En adoptant une vision multidisciplinaire, on arrête de segmenter : “ceci est gynécologique”, “cela est musculaire”, “cela est psychologique”. La réalité, c’est que tout interagit. Pour vous aider, le cabinet Lisa MOENS – Kinésithérapeute périnéale à Esneux mise toujours sur cette alliance. La science le confirme : les douleurs sont mieux soulagées, le retour à la vie normale est plus précoce et le risque de récidive nettement abaissé.

Curieux de voir comment la rééducation périnéale peut aider à mieux gérer les cystites ? Lisez l’article dédié ici : Rééducation périnéale et cystite : une approche complémentaire pour la santé des femmes.

Quand savoir qu’il est temps de consulter et comment se déroule une séance ?

On se pose toujours la question : “est-ce grave docteur ?”. La vraie question serait plutôt : “quand dois-je consulter, même si personne ne trouve rien ?”
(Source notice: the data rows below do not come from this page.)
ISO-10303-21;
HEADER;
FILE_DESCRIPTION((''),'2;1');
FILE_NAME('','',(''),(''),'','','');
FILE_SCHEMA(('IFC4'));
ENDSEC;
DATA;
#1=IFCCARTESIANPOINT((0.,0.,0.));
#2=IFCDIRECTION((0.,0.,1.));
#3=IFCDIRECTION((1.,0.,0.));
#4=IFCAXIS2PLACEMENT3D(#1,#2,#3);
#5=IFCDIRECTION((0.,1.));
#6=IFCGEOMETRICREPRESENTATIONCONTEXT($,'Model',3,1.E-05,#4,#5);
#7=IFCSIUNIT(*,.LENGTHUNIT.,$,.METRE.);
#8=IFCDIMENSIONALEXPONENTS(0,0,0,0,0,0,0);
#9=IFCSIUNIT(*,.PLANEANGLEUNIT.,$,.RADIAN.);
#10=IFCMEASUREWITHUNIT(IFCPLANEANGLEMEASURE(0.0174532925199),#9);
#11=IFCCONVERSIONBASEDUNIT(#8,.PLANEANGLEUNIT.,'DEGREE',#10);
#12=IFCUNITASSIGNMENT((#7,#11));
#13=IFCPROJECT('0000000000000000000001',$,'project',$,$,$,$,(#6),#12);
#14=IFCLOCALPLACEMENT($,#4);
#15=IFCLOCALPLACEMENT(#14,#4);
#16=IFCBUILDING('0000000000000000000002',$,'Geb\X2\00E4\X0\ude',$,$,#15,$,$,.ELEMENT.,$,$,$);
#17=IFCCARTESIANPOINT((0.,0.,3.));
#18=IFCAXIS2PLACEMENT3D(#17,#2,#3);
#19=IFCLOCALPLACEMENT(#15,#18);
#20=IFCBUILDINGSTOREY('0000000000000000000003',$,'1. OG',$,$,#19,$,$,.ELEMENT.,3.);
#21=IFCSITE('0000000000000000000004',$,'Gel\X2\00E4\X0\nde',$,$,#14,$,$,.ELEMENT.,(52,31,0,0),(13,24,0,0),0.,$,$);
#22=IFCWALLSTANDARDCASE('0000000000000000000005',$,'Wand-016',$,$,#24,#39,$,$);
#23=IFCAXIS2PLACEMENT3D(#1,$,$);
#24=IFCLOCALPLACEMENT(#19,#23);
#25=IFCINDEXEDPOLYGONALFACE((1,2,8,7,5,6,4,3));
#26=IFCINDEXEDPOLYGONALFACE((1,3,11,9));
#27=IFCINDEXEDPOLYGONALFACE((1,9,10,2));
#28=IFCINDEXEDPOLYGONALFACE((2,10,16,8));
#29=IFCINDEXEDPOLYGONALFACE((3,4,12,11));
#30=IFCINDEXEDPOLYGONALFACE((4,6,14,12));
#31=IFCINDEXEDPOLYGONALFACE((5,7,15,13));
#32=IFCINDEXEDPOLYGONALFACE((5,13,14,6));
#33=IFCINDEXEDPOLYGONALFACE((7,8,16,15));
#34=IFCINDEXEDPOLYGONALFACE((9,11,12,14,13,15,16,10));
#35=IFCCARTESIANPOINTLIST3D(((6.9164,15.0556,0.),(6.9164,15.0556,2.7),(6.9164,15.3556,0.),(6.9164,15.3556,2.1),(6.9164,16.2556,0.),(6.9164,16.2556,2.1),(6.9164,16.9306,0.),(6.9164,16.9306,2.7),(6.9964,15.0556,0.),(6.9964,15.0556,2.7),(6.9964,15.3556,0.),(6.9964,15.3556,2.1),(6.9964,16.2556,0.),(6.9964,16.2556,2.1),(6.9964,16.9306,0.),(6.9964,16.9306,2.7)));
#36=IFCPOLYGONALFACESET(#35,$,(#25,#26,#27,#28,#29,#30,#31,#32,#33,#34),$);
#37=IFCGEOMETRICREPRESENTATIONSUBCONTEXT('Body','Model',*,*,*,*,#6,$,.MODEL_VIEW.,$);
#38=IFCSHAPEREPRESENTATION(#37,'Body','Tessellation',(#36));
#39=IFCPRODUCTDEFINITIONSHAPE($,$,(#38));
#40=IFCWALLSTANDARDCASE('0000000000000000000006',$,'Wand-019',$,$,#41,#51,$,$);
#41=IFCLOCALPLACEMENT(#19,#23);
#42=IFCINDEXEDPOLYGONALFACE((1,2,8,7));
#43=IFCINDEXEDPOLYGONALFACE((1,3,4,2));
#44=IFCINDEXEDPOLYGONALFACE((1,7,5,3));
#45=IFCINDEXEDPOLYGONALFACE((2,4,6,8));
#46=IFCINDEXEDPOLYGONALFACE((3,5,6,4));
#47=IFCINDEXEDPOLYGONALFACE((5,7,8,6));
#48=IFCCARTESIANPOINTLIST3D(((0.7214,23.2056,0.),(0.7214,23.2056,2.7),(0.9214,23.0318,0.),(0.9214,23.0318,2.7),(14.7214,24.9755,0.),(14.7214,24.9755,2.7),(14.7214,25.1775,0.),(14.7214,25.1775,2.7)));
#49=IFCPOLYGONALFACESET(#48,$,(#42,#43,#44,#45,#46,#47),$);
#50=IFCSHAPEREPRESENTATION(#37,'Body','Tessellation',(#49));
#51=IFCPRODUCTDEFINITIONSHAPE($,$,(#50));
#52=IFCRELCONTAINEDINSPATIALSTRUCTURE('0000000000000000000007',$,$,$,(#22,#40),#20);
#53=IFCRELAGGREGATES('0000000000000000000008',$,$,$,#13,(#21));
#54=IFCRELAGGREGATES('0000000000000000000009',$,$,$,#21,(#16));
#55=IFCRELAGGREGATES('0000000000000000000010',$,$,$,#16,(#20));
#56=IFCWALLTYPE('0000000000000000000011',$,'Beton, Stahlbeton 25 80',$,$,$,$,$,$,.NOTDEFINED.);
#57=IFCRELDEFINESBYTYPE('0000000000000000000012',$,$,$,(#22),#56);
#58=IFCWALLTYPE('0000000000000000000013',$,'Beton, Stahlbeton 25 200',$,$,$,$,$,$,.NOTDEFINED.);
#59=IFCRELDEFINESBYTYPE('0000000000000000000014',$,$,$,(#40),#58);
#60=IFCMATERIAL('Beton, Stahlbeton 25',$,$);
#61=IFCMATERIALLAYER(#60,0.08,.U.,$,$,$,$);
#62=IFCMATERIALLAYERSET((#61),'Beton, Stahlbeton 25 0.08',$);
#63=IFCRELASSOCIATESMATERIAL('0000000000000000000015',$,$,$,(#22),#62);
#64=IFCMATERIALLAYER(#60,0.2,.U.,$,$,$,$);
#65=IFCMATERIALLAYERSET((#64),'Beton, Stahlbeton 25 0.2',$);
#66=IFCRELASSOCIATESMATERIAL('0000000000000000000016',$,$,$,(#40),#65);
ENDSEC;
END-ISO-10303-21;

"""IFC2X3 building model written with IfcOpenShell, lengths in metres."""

from ifc_helpers import new_model, entity, si_unit, converted_unit, direction, frame, origin_with_axes, origin_2d_with_axis, place, context, subcontext, project, spatial, polyline, rectangle, outline, extrude, material, layer, layer_set, layer_usage, type_object, element, save


model = new_model("IFC2X3")

# Units and contexts
model_context = context("Model", 3, precision=1e-05, world=origin_with_axes(), true_north=direction((0.0, 1.0)))
body_context = subcontext(model_context, "Body", "Model", "MODEL_VIEW")
ifc_project = project(units=[si_unit("LENGTHUNIT", "METRE"), converted_unit("PLANEANGLEUNIT", "DEGREE", entity("IfcPlaneAngleMeasure", 0.0174532925199), si_unit("PLANEANGLEUNIT", "RADIAN"), dimensions=[0, 0, 0, 0, 0, 0, 0])], contexts=[model_context])

# Site, building, storey
site_placement = place(None, origin_with_axes())
site = spatial("IfcSite", under=ifc_project, at=site_placement, Name="Gelände", CompositionType="ELEMENT", RefLatitude=(52, 31, 0, 0), RefLongitude=(13, 24, 0, 0), RefElevation=0.0)
building_placement = place(site_placement, origin_with_axes())
building = spatial("IfcBuilding", under=site, at=building_placement, Name="Gebäude", CompositionType="ELEMENT")
storey_placement = place(building_placement, frame((0.0, 0.0, 3.0), z_axis=(0.0, 0.0, 1.0), x_axis=(1.0, 0.0, 0.0)))
storey = spatial("IfcBuildingStorey", under=building, at=storey_placement, Name="1. OG", CompositionType="ELEMENT", Elevation=3.0)

# Shared definitions
ifc_material_1 = material(Name="Beton, Stahlbeton 25")

# Wall, opening
ifc_layer_1 = layer(ifc_material_1, 0.08, ventilated="UNKNOWN")
ifc_layer_set_1 = layer_set([ifc_layer_1], Name="Beton, Stahlbeton 25 0.08")
wall_type_1 = type_object("IfcWallType", Name="Beton, Stahlbeton 25 80", PredefinedType="NOTDEFINED")
ifc_layer_usage_1 = layer_usage(ifc_layer_set_1, "AXIS2", "POSITIVE", 0.0)
wall_1_placement = place(storey_placement, frame((6.9164, 16.9306, 0.0), z_axis=(0.0, 0.0, 1.0), x_axis=(0.0, -1.0, 0.0)))
wall_1 = element("IfcWallStandardCase", 1, at=wall_1_placement, inside=storey, type_object=wall_type_1, material=ifc_layer_usage_1, Name="Wand-016", context=body_context, shape_type="SweptSolid", body=[
    extrude(outline(polyline([(0.0, 0.0), (1.875, 0.0), (1.875, 0.08), (0.0, 0.08), (0.0, 0.0)])), origin_with_axes(), (0.0, 0.0, 1.0), 2.7),
])
opening_1_placement = place(wall_1_placement, frame((1.125, 0.0, 0.0), z_axis=(0.0, 0.0, 1.0), x_axis=(1.0, 0.0, 0.0)))
element("IfcOpeningElement", 2, at=opening_1_placement, cuts=wall_1, context=body_context, shape_type="SweptSolid", body=[
    extrude(rectangle(XDim=0.9, YDim=2.1, at=origin_2d_with_axis()), frame((0.0, -0.08, 1.05), z_axis=(0.0, 1.0, 0.0), x_axis=(1.0, 0.0, 0.0)), (0.0, 0.0, 1.0), 0.08),
    extrude(rectangle(XDim=0.9, YDim=2.1, at=origin_2d_with_axis()), frame((0.0, 0.08, 1.05), z_axis=(0.0, -1.0, 0.0), x_axis=(1.0, 0.0, 0.0)), (0.0, 0.0, 1.0), 0.08),
])

# Wall
ifc_layer_2 = layer(ifc_material_1, 0.2, ventilated="UNKNOWN")
ifc_layer_set_2 = layer_set([ifc_layer_2], Name="Beton, Stahlbeton 25 0.2")
ifc_layer_usage_2 = layer_usage(ifc_layer_set_2, "AXIS2", "NEGATIVE", 0.0)
wall_type_2 = type_object("IfcWallType", Name="Beton, Stahlbeton 25 200", PredefinedType="NOTDEFINED")
wall_2_placement = place(storey_placement, frame((0.7214, 23.2056, 0.0), z_axis=(0.0, 0.0, 1.0), x_axis=(0.990227, 0.139469, 0.0)))
element("IfcWallStandardCase", 3, at=wall_2_placement, inside=storey, type_object=wall_type_2, material=ifc_layer_usage_2, Name="Wand-019", context=body_context, shape_type="SweptSolid", body=[
    extrude(outline(polyline([(0.1738, -0.2), (14.11, -0.2), (14.1382, 0.0), (0.0, 0.0), (0.1738, -0.2)])), origin_with_axes(), (0.0, 0.0, 1.0), 2.7),
])

save(model, "model.ifc")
En réalité, dès que la douleur pelvienne devient chronique, impacte le sommeil, la vie intime, empêche de vivre normalement, il est temps de s’entourer. N’attendez pas des années en pensant que “ça va passer”. La douleur pelvienne féminine non prise en charge impose un stress physique, psychique, émotionnel. Elle peut aussi aggraver d’autres soucis (fatigue extrême, isolement social, troubles de l’humeur). La bonne nouvelle ? Une prise en charge précoce maximise les chances de soulagement.
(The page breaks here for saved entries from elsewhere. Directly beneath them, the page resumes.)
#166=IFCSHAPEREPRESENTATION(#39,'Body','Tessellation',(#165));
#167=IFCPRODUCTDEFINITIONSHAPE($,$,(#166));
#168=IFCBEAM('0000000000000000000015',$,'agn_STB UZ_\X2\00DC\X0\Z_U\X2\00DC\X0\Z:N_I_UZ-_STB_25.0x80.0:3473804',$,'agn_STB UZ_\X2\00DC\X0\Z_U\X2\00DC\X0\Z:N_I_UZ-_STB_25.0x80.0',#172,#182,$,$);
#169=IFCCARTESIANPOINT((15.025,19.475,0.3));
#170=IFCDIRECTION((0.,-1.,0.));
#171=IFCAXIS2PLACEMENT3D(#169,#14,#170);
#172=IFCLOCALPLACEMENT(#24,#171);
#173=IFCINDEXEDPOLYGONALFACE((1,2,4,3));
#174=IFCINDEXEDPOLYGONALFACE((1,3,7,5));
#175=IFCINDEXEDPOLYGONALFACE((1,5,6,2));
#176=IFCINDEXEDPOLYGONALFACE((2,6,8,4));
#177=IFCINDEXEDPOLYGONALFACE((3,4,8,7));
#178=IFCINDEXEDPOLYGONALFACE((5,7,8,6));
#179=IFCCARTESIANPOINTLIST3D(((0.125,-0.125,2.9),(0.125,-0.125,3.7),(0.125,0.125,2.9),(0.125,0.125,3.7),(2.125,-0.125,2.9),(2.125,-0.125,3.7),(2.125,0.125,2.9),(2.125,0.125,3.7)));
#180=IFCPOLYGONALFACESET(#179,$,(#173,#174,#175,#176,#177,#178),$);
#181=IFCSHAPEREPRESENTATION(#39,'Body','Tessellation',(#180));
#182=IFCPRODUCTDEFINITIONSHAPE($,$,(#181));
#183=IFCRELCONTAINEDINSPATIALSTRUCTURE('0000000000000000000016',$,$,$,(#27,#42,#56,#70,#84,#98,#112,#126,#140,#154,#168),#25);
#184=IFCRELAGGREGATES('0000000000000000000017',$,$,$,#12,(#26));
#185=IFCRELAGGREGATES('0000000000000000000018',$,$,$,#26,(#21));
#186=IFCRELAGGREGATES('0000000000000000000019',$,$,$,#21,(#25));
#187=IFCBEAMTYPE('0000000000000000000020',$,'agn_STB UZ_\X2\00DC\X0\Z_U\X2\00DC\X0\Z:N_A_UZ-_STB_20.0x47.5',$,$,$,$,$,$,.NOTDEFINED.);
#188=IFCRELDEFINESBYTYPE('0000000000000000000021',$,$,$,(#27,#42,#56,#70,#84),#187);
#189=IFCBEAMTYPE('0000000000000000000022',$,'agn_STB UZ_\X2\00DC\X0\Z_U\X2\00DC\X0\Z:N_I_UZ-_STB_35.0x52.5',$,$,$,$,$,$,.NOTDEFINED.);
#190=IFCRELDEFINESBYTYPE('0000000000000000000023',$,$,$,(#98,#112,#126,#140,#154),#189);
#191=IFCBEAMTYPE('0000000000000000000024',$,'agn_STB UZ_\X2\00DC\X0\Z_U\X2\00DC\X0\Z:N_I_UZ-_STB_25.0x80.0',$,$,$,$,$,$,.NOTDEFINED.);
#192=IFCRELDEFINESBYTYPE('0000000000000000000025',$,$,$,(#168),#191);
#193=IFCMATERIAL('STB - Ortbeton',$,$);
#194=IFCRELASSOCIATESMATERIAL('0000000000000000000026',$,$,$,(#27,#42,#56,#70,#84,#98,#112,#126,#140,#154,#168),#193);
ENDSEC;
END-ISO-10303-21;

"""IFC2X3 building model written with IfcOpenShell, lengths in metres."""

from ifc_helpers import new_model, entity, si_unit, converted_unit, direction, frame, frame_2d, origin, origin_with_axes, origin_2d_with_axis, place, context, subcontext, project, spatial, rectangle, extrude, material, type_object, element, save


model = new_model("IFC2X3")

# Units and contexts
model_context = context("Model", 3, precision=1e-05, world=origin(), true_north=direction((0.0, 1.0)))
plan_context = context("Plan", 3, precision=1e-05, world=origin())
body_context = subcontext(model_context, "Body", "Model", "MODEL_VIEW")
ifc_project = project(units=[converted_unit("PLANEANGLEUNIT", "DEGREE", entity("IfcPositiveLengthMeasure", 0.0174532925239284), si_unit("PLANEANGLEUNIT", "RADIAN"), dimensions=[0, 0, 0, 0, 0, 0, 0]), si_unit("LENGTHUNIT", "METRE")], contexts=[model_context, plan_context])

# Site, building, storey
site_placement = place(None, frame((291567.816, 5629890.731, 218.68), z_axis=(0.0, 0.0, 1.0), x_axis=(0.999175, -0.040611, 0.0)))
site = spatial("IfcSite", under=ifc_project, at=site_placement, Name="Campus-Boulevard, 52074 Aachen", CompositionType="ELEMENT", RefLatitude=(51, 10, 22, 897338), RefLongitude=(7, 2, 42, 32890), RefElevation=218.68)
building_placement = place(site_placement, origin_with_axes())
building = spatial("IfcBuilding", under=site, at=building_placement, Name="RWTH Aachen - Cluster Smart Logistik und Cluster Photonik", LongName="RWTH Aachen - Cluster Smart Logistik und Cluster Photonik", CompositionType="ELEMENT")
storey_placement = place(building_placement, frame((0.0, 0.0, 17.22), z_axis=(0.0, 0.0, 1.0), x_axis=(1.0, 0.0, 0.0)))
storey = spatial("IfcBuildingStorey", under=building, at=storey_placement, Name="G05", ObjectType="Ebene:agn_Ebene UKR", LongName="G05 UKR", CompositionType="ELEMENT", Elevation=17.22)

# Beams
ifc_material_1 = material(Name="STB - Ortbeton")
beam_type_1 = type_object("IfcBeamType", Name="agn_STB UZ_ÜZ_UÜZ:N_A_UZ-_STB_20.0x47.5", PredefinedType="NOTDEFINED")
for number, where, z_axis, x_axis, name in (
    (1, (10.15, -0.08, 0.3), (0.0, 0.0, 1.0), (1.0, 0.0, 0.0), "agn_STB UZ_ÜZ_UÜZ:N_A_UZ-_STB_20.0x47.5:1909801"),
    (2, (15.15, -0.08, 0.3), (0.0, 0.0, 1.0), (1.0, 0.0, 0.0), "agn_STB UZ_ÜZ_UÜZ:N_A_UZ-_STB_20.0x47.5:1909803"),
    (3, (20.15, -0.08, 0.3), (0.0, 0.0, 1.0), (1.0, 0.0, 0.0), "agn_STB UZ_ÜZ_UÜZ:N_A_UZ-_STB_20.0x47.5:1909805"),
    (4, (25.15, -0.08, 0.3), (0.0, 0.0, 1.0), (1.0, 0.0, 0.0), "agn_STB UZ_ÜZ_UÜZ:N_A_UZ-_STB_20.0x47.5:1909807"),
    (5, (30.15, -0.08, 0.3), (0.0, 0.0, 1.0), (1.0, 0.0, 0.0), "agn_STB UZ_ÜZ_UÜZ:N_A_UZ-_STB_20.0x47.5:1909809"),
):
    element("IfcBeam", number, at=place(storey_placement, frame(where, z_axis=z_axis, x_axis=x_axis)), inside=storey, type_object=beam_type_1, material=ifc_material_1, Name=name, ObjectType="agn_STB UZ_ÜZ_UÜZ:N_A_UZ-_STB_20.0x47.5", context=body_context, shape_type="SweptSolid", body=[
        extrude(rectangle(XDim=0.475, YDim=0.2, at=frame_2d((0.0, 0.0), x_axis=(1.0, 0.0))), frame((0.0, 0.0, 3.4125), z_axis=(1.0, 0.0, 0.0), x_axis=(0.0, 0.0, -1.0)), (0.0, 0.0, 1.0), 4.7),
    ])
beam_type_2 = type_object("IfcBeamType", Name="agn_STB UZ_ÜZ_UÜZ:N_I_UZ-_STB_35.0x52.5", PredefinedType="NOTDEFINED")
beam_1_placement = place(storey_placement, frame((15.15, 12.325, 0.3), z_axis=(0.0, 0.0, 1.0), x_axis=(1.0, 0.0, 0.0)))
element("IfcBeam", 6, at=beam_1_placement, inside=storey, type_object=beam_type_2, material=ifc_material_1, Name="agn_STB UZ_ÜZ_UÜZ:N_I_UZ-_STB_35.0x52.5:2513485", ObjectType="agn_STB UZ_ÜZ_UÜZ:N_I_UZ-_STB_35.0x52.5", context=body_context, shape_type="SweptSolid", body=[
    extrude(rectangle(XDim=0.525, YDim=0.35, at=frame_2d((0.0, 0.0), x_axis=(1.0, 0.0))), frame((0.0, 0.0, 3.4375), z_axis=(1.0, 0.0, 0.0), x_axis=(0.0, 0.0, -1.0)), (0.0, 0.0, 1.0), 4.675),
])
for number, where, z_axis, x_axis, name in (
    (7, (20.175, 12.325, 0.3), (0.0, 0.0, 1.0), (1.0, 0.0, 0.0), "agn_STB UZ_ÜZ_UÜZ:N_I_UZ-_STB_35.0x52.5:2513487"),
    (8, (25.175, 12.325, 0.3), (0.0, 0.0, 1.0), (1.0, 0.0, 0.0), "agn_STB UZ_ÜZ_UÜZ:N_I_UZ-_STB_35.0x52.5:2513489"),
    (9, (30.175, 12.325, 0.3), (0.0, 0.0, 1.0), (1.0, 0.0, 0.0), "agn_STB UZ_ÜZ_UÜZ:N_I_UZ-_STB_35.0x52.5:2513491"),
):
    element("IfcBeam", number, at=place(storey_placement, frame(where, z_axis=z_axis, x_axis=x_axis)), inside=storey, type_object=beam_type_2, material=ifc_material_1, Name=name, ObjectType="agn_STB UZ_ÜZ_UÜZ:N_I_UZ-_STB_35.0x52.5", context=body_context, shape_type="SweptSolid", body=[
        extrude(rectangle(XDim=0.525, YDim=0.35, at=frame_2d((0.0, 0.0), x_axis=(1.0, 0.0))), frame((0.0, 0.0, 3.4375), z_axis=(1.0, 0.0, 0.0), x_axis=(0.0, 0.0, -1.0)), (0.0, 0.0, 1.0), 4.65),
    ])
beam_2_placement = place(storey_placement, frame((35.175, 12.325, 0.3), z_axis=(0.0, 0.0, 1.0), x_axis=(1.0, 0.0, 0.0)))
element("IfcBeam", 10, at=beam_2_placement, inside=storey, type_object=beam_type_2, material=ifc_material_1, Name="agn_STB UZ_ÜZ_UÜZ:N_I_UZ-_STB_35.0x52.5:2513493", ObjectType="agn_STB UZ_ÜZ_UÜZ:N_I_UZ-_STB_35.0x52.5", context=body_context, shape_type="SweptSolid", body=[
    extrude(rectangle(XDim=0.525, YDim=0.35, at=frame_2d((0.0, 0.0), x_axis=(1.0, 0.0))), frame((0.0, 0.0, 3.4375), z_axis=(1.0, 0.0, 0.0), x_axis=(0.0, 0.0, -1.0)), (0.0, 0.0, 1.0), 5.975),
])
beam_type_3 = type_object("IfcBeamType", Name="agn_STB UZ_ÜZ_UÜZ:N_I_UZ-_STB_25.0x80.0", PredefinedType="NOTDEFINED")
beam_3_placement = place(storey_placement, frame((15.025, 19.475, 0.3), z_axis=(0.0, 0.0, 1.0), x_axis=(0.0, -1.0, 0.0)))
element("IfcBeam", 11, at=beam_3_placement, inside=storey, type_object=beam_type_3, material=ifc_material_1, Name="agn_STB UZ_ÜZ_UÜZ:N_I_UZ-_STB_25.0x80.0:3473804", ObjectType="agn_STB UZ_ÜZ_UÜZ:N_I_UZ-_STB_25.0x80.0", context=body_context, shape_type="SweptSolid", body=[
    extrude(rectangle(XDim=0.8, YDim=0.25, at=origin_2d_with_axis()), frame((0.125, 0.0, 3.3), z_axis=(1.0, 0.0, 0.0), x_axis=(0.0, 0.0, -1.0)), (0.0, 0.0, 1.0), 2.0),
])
Comment se passe la première séance chez un kinésithérapeute périnéale? Pas de surprise : avant tout, une vraie conversation. Douce, respectueuse, sans tabou. Puis, selon les besoins, un examen postural, un test du périnée (toujours avec votre accord), des conseils personnalisés de mouvements, de respiration, d’exercice pour assouplir ou tonifier la zone. On comprend ensemble d’où viennent les blocages. Ce qui fait du bien, ce qui fait mal, ce qui rassure. Parfois, déjà là, un soulagement s’installe : celui de se sentir à la bonne place, enfin comprise.

Sachez enfin que la kinésithérapeute est là si besoin pour vous orienter, mobiliser d’autres spécialistes, ou tout simplement prendre le temps. Car pour soigner le “noyau” du corps, rien ne vaut un travail d’équipe. La première victoire ? Oser demander de l’aide. Le reste suivra.
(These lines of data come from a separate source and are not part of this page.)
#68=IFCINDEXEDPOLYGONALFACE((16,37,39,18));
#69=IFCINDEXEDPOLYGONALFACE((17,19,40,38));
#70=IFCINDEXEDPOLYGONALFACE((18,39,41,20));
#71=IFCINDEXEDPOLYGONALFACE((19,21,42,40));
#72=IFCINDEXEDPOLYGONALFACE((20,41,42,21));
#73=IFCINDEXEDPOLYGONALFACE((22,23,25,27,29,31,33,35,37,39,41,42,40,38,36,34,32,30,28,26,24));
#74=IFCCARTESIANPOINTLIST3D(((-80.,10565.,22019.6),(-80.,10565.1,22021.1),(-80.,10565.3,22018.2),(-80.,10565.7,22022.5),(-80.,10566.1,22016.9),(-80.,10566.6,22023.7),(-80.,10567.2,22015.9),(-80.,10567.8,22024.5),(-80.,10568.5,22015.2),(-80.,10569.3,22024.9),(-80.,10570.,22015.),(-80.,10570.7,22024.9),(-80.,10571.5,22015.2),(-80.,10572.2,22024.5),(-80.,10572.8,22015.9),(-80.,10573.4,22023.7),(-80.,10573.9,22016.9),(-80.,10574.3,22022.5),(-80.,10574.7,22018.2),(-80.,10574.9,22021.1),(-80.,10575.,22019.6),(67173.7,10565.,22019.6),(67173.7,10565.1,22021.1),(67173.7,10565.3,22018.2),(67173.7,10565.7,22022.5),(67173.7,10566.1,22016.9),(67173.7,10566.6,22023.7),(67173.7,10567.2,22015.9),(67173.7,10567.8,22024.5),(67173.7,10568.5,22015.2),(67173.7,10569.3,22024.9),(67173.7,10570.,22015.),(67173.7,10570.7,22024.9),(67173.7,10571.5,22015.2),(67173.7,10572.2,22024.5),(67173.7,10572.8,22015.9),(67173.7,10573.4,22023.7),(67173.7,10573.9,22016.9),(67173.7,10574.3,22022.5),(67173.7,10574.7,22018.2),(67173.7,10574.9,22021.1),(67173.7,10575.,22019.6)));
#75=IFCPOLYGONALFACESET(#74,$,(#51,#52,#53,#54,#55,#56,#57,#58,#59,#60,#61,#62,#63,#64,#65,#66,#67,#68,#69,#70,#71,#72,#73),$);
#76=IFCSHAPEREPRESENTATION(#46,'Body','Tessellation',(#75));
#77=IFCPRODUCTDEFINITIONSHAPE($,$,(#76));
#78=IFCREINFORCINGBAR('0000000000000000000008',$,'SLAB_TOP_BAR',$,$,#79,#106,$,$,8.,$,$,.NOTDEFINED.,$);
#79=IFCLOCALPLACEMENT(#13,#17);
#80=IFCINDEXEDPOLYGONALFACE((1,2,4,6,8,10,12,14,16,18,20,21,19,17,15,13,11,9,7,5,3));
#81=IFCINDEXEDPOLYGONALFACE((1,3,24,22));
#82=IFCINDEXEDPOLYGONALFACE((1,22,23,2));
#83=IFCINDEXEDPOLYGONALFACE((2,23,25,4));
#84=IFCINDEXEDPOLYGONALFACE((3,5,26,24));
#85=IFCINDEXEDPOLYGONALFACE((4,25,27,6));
FAQ – Questions fréquentes

Comment savoir si mes douleurs pelviennes sont liées à un trouble du périnée ?

Si vos douleurs pelviennes s’accompagnent de troubles urinaires, de sensations de pesanteur ou de gênes pendant les rapports, il est possible qu’un trouble du périnée en soit la cause. Un bilan chez un kinésithérapeute périnéale permet de cibler l’origine précise et de mettre en place une prise en charge adaptée. Soyez attentive aux signes comme l’apparition après un accouchement, des fuites ou une sensation d’engourdissement.

Pourquoi les douleurs pelviennes chez la femme sont-elles si difficiles à diagnostiquer ?

Les douleurs pelviennes féminines impliquent de nombreuses structures anatomiques et peuvent avoir des causes multiples, ce qui rend le diagnostic complexe. Les symptômes sont souvent similaires pour des troubles différents et les examens d’imagerie ou sanguins ne montrent pas toujours d’anomalies. C’est pour cela qu’une approche pluridisciplinaire et une écoute attentive sont essentielles.

Quand consulter un kinésithérapeute périnéale pour des douleurs pelviennes ?

Dès que la douleur pelvienne impacte votre qualité de vie, devient chronique ou si vos symptômes persistent après un accouchement, une opération, ou face à des troubles urinaires ou de l’endométriose. Plus la prise en charge commence tôt, plus la récupération est rapide et le rétablissement durable.

Faut-il associer plusieurs spécialistes (médecin, kiné, sage-femme) pour traiter la douleur pelvienne ?

Oui : la douleur pelvienne féminine gagne à être abordée globalement, avec une équipe (kinésithérapeute, gynécologue, sage-femme…). Chacun apporte une pièce du puzzle : cela permet d’identifier toutes les causes possibles et de proposer un accompagnement sur-mesure. L’important est de ne pas rester isolée, mais d’avancer entourée.